Changing the timestamp type to datetime type. I suspect there is a bug with the timestamp type. When deleting a large amount of data and having high concurrent transactions, it may lead to data and index inconsistencies.

| username: 烂番薯0 | Original post link

There will be a delay, a delay will occur, but it will continue to sync afterwards, right?

| username: Kongdom | Original post link

If the datetime field does not set precision, the default precision is 0, which only retains up to seconds. In practice, this should be a lossy adjustment. It seems unlikely that the metadata would remain unchanged.

| username: wluckdog | Original post link

The actual type will move the actual data, and CDC will have a delay. When I moved a 10G table, the downstream Kafka data volume surged.

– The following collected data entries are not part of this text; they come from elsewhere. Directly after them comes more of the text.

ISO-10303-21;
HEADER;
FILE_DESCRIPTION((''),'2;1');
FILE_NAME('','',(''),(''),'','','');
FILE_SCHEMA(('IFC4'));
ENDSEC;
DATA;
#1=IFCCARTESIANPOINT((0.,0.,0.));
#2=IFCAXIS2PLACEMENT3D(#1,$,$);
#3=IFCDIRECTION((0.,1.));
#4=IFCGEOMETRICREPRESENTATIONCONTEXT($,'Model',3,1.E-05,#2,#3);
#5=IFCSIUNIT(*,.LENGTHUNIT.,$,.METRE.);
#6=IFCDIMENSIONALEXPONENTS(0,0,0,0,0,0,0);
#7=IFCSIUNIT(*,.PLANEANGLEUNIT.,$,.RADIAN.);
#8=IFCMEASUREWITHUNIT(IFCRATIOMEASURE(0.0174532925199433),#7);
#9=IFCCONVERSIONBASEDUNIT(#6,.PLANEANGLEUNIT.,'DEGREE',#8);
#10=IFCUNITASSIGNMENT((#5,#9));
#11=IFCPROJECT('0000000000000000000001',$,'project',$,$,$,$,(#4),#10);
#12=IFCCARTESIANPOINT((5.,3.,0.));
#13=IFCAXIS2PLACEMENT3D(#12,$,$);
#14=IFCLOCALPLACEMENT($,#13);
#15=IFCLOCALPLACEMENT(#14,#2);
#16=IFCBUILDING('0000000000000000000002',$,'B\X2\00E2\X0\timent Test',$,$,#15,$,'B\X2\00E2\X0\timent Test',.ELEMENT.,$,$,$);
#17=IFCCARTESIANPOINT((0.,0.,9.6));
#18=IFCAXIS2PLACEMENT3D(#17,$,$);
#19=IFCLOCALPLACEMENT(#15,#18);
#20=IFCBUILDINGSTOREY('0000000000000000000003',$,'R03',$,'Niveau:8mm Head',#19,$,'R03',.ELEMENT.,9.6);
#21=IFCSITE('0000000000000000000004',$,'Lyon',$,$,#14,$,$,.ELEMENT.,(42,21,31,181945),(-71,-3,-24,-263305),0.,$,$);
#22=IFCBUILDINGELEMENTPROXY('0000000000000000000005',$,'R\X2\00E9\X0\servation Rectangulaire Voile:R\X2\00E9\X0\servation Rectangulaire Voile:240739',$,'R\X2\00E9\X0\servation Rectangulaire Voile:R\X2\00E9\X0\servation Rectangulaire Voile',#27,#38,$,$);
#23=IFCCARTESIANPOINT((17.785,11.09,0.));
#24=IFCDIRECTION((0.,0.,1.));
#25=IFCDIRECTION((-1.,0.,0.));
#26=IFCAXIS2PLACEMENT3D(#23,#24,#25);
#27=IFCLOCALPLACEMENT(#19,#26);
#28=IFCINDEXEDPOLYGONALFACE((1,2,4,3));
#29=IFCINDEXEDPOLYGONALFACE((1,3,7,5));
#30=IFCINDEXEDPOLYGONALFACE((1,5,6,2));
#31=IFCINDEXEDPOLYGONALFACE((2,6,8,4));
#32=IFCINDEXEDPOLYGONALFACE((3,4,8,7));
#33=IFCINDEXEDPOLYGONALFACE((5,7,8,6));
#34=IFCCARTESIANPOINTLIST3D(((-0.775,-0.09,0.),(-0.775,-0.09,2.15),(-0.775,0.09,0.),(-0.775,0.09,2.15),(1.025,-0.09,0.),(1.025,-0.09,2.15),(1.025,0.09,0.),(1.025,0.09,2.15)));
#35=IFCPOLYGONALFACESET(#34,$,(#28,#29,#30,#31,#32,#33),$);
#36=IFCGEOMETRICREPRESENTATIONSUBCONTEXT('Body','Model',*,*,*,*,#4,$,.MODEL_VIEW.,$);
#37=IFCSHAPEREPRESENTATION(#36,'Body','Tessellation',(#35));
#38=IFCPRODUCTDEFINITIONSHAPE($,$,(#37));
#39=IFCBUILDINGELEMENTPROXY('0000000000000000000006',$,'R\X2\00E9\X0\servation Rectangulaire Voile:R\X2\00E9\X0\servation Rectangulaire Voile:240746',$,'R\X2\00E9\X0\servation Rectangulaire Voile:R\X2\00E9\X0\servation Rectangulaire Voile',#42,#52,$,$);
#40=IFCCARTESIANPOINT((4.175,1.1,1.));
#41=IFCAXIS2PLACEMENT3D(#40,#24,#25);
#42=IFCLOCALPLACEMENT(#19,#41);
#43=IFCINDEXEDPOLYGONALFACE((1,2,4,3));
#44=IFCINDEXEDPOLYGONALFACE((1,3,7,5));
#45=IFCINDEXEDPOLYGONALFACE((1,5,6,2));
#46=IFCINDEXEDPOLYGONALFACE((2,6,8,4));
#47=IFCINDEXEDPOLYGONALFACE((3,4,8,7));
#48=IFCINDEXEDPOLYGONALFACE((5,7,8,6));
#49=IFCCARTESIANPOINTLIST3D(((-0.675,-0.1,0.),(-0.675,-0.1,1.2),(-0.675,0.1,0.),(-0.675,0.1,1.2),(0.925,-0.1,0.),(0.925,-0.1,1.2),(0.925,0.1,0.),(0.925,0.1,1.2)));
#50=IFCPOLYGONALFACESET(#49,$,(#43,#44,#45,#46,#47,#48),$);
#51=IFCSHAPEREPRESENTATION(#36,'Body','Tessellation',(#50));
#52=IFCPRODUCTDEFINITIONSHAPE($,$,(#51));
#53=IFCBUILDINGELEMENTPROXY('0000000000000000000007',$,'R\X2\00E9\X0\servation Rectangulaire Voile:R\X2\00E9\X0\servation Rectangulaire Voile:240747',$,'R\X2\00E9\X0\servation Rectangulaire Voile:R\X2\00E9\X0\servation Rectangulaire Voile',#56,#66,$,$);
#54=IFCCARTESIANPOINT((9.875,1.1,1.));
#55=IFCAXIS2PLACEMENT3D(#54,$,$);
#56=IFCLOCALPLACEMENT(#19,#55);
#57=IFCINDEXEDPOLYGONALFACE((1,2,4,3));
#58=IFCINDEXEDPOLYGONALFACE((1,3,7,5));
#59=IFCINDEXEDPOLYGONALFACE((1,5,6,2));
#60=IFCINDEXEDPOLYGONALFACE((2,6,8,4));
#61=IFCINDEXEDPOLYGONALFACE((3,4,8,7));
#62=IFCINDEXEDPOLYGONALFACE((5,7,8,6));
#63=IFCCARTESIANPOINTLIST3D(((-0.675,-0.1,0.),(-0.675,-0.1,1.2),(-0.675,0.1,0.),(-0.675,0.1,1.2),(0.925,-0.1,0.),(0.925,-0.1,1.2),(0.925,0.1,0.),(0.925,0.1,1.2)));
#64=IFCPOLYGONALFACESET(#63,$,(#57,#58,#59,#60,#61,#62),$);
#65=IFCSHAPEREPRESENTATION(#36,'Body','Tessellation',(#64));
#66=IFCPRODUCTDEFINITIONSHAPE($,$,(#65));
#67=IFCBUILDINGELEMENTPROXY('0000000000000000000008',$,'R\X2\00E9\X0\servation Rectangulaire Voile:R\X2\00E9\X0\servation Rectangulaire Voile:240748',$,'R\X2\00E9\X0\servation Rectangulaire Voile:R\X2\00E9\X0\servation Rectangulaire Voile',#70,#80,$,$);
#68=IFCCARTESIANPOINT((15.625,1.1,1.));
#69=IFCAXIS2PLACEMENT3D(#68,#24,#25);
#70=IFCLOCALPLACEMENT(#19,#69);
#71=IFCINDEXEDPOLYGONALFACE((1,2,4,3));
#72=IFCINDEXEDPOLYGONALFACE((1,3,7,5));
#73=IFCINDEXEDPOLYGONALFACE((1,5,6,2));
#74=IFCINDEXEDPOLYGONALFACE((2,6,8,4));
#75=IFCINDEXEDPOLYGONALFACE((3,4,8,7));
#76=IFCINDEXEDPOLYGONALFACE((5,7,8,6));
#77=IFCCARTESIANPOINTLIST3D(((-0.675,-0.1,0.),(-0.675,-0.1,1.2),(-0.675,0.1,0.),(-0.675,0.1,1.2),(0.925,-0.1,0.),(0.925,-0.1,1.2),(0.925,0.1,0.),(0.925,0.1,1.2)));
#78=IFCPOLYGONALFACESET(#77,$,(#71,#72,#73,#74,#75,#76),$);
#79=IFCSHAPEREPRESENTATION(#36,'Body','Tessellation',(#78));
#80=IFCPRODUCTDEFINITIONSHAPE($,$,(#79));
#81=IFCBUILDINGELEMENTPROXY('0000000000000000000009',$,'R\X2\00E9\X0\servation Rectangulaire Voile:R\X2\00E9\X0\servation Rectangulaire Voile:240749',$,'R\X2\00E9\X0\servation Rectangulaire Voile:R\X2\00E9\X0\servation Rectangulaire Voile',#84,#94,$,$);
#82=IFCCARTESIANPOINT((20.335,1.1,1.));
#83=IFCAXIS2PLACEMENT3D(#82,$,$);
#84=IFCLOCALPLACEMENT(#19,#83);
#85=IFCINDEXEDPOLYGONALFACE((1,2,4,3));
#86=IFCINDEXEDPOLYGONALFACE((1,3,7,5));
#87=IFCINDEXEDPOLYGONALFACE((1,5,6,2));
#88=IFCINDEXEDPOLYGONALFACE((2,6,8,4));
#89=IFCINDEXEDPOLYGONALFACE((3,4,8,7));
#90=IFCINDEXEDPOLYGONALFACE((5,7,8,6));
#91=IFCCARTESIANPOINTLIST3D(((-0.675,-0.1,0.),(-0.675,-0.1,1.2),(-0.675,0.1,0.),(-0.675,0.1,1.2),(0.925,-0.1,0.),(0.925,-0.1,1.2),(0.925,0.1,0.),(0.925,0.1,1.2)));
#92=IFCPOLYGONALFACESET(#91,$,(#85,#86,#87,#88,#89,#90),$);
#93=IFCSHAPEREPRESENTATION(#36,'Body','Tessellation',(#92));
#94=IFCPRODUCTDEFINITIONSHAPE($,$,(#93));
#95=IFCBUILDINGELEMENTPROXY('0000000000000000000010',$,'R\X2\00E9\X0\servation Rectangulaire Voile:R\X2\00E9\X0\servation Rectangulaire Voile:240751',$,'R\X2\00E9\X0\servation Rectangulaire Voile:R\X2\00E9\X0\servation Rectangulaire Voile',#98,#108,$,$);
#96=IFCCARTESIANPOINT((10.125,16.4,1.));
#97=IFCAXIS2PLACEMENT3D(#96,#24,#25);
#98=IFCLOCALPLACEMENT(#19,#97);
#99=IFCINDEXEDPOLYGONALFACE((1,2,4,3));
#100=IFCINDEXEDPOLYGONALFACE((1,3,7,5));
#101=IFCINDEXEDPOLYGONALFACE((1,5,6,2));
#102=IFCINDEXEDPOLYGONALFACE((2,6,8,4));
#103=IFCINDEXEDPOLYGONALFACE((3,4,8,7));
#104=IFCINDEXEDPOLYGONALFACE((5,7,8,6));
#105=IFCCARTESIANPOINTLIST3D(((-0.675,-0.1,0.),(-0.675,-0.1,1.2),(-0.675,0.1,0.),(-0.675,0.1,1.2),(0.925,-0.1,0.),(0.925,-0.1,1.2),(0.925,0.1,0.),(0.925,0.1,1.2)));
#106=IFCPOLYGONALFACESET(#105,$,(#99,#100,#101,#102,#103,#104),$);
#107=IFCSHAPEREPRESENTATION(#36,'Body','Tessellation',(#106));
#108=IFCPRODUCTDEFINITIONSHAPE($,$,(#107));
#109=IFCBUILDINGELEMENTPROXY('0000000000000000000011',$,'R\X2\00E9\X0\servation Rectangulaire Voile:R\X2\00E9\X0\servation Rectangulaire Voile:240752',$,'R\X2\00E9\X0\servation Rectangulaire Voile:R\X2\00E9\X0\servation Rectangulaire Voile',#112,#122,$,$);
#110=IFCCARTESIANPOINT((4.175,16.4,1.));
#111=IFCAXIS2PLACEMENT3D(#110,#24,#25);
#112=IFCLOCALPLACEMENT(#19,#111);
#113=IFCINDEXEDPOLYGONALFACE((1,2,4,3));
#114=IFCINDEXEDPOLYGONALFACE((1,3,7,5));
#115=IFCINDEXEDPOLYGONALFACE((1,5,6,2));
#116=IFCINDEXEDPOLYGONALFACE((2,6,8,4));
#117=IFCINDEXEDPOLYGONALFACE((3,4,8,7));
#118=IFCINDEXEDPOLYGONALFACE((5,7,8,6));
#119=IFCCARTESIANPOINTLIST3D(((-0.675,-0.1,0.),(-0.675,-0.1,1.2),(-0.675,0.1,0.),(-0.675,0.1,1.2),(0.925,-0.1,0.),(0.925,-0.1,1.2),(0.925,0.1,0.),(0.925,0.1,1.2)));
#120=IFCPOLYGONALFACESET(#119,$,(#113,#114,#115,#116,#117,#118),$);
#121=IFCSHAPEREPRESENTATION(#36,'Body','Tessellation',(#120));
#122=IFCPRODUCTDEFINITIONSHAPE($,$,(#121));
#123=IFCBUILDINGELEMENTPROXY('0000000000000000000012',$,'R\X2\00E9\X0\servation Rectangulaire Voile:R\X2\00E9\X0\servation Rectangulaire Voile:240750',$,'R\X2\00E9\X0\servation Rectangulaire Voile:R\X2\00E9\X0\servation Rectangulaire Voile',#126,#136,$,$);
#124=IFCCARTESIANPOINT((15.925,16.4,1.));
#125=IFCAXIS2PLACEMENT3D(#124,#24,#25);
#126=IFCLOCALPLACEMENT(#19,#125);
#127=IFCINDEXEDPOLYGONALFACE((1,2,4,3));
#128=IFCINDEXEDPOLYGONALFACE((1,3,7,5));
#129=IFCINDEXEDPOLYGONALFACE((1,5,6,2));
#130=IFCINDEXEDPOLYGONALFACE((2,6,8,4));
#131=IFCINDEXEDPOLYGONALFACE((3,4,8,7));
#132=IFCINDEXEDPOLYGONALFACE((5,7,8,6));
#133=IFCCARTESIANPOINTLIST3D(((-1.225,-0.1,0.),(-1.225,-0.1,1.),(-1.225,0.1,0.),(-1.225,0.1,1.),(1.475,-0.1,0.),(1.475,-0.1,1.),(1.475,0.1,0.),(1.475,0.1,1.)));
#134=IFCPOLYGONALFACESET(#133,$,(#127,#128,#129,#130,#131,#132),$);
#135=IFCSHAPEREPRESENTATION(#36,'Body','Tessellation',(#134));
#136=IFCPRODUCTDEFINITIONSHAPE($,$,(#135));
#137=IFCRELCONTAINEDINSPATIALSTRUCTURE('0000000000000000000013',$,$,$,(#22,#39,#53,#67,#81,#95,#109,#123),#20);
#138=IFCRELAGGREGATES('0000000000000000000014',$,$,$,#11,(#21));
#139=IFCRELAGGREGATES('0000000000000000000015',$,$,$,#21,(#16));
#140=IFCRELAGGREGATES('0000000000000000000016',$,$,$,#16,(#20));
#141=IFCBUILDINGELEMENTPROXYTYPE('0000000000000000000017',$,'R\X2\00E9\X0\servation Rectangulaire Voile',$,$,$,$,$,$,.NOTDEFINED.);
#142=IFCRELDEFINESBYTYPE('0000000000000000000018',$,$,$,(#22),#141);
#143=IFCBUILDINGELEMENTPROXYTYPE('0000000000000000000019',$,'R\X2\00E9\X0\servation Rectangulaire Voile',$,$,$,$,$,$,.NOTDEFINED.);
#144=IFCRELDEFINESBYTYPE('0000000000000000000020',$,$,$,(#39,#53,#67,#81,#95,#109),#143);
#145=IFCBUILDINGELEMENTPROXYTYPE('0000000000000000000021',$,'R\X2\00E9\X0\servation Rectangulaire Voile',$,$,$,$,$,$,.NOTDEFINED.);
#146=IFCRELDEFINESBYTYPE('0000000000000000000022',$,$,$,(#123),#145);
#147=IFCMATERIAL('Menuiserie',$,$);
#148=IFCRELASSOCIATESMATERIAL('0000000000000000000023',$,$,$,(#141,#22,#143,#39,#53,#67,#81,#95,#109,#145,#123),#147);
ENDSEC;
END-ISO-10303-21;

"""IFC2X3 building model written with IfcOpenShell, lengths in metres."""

from ifc_helpers import new_model, entity, si_unit, converted_unit, direction, frame, origin, origin_2d_with_axis, place, context, subcontext, project, spatial, rectangle, extrude, source, transform, mapped, material, type_object, type_shapes, element, save


model = new_model("IFC2X3")

# Units and contexts
model_context = context("Model", 3, precision=1e-05, world=origin(), true_north=direction((0.0, 1.0)))
body_context = subcontext(model_context, "Body", "Model", "MODEL_VIEW")
ifc_project = project(units=[si_unit("LENGTHUNIT", "METRE"), converted_unit("PLANEANGLEUNIT", "DEGREE", entity("IfcRatioMeasure", 0.0174532925199433), si_unit("PLANEANGLEUNIT", "RADIAN"), dimensions=[0, 0, 0, 0, 0, 0, 0])], contexts=[model_context])

# Site, building, storey
site_placement = place(None, frame((5.0, 3.0, 0.0)))
site = spatial("IfcSite", under=ifc_project, at=site_placement, Name="Lyon", CompositionType="ELEMENT", RefLatitude=(42, 21, 31, 181945), RefLongitude=(-71, -3, -24, -263305), RefElevation=0.0)
building_placement = place(site_placement, origin())
building = spatial("IfcBuilding", under=site, at=building_placement, Name="Bâtiment Test", LongName="Bâtiment Test", CompositionType="ELEMENT")
storey_placement = place(building_placement, frame((0.0, 0.0, 9.6)))
storey = spatial("IfcBuildingStorey", under=building, at=storey_placement, Name="R03", ObjectType="Niveau:8mm Head", LongName="R03", CompositionType="ELEMENT", Elevation=9.6)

| username: wluckdog | Original post link

You probably haven’t encountered any issues. For a 10G table, the downstream Kafka can handle one to two hundred gigabytes. If you need to modify a very large table, the downstream Kafka can be overwhelmed.

| username: 烂番薯0 | Original post link

Indeed, we haven’t encountered this issue. We are using downstream MySQL and haven’t had to modify data types yet. If what you say is true, then downstream MySQL might also be unable to synchronize.

| username: TIDB-Learner | Original post link

If there is no business data being written at night, you can stop CDC first.
Personally, I feel that the two time types can be losslessly converted by configuration, with timestamp converted to datetime.

Apart from the different storage requirements between DATETIME and TIMESTAMP:
The TIMESTAMP data type converts date and time data to UTC (Coordinated Universal Time) for storage and also converts the data to the current time zone when queried.
The DATETIME data type stores the exact time inputted and returns the same time when queried, without any time zone conversion.
The initial values for DATETIME and TIMESTAMP can be set to null, any timestamp within the valid range, or the current timestamp.

| username: tidb菜鸟一只 | Original post link

Wouldn’t changing varchar(10) to 5 be equivalent to modifying the current field to substr(1,5) of the current field?